When you feed honey to the bees you should not mix it with water . If the bees do not take it within a few days, the mixture will ferment depending on the temperature and is then no longer suitable for the bees.
Janvanhamont


----------



## JordanM (Jun 6, 2008)

yes i took it off, so is it really liquer?


----------



## Ben Brewcat (Oct 27, 2004)

Well it's technically mead with sugar added I suppose.


----------



## JordanM (Jun 6, 2008)

o thats cool. I was reading today about how you can turn sugar, sucrose into wine. Has anyone tried this?


----------



## Ben Brewcat (Oct 27, 2004)

Wine is made with fruit (typically grape).
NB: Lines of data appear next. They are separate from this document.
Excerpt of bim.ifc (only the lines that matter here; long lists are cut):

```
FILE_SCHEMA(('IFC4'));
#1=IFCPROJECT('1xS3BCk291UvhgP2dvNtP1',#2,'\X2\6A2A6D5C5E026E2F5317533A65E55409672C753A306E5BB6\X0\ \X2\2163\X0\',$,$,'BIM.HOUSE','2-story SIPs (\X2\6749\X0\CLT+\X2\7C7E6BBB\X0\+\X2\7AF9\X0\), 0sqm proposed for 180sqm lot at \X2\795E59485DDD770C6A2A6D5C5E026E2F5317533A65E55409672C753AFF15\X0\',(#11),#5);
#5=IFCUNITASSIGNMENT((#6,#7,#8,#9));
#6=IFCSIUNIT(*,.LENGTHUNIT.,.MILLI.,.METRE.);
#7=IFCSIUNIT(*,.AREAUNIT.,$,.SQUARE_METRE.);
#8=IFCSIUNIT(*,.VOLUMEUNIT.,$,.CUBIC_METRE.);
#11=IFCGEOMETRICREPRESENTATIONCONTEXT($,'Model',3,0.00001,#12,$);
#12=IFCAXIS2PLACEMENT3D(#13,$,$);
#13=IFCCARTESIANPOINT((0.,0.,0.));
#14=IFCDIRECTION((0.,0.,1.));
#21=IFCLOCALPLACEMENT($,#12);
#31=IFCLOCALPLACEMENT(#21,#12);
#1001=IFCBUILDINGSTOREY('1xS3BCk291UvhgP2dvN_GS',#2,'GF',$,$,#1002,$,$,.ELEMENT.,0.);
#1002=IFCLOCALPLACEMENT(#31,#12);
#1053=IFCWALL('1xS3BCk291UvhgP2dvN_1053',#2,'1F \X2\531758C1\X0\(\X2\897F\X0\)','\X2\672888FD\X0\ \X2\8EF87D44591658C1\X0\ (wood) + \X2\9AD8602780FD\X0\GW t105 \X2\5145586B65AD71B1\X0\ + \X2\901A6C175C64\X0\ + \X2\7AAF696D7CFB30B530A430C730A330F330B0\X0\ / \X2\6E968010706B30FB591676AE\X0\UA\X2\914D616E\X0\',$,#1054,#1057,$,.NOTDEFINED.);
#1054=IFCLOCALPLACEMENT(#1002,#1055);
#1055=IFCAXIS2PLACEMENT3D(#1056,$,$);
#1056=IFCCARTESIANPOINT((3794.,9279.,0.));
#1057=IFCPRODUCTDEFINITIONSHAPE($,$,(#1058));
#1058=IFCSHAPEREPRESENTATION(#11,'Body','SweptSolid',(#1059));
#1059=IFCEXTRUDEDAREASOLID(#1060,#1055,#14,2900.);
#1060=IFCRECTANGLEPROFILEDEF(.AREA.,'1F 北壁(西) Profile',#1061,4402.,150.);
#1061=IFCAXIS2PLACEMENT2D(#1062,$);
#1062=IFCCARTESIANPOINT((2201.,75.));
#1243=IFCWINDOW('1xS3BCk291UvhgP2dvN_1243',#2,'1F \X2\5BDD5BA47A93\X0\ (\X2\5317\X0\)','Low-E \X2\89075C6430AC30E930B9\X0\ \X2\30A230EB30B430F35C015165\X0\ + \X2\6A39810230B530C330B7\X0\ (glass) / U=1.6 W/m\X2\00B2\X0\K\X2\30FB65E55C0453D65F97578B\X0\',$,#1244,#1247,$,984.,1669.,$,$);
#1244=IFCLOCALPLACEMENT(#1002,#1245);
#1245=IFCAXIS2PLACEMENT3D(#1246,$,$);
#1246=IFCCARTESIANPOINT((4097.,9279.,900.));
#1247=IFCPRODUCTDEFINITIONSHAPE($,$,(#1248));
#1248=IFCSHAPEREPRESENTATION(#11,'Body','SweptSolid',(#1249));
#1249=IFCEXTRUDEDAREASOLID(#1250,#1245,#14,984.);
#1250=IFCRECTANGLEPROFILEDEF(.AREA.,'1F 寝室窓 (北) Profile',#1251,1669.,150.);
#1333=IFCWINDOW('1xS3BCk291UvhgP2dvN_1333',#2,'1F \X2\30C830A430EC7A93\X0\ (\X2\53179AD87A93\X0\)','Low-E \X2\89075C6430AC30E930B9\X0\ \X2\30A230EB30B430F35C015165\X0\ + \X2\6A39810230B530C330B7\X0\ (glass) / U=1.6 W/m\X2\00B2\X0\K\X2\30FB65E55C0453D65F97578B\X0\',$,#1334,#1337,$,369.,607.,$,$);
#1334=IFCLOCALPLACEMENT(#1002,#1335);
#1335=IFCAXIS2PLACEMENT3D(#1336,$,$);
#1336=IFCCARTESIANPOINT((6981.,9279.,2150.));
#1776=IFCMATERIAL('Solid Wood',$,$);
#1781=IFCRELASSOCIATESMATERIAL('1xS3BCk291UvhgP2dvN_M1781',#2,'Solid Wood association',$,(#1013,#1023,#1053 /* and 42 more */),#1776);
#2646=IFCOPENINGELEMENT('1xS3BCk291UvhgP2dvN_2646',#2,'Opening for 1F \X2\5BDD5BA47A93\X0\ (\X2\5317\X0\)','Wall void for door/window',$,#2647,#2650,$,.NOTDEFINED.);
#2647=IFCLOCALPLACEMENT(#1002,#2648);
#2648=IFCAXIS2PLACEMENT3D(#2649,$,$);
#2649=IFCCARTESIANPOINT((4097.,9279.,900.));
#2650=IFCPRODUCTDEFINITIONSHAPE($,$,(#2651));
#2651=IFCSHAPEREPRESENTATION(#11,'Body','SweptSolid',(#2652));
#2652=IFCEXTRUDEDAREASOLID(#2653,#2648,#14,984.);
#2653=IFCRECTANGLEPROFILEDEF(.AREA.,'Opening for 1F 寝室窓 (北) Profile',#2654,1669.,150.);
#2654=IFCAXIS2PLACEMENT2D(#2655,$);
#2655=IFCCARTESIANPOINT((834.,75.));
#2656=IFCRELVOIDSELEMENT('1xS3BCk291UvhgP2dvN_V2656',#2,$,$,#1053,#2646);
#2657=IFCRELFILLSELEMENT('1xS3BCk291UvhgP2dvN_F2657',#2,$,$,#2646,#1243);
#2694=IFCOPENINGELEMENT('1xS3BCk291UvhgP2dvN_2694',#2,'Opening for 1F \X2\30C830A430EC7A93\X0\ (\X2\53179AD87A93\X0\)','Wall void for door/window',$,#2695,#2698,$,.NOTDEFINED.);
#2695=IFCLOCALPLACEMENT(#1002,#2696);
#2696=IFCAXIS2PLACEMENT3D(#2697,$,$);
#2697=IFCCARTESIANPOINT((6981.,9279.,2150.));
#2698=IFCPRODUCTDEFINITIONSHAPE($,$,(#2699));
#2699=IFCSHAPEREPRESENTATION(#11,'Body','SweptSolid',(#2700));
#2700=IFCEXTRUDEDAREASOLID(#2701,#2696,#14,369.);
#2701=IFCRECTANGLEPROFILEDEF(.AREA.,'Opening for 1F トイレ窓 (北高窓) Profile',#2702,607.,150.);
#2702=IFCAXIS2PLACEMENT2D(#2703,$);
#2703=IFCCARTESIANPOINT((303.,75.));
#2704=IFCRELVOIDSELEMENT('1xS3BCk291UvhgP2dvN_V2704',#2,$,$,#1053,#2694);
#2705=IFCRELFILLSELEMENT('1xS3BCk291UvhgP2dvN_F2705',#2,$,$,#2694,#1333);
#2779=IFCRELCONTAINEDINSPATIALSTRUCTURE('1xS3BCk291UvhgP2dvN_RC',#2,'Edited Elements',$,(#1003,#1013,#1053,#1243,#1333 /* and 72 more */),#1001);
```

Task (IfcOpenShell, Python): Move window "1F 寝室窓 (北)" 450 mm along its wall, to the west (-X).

```python
import ifcopenshell
import ifcopenshell.api.geometry
import ifcopenshell.util.placement
import ifcopenshell.util.unit

model = ifcopenshell.open("bim.ifc")
unit_scale = ifcopenshell.util.unit.calculate_unit_scale(model)

window = model.by_guid("1xS3BCk291UvhgP2dvN_1243")
opening = window.FillsVoids[0].RelatingOpeningElement
wall = opening.VoidsElements[0].RelatingBuildingElement

wall_matrix = ifcopenshell.util.placement.get_local_placement(wall.ObjectPlacement)
shift = wall_matrix[:3, 0] * -0.45 / unit_scale
before = ifcopenshell.util.placement.get_local_placement(window.ObjectPlacement)[:3, 3].copy()

# The window is not placed relative to its opening, so move both.
for product in (opening, window):
    matrix = ifcopenshell.util.placement.get_local_placement(product.ObjectPlacement)
    matrix[:3, 3] += shift
    ifcopenshell.api.geometry.edit_object_placement(model, product=product, matrix=matrix, is_si=False)

after = ifcopenshell.util.placement.get_local_placement(window.ObjectPlacement)[:3, 3]
print("window moved by", (after - before).round(3) + 0.0)

model.write("bim_v2.ifc")
```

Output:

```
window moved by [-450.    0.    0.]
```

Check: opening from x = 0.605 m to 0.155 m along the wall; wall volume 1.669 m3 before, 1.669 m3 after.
Sugar "wine" would be more towards hootch... technically alcoholic, and as pleasant to drink as kerosene . Even unprocessed sugar, in the form of cane juice used as a wash for rum distillation, has some flavor from the natural cane.


----------



## JordanM (Jun 6, 2008)

o i dint know that thanks
you sure know ur alcohol Ben


----------



## shughes (Jan 17, 2007)

i would use caution when feeding honey from a apiary other then your own. the honey can still contain foulbrood spores that you can possibly spread to your own apiary.


----------



## JordanM (Jun 6, 2008)

Thanks for the heads up. I will never do that again i think ill stick to sugar water.


----------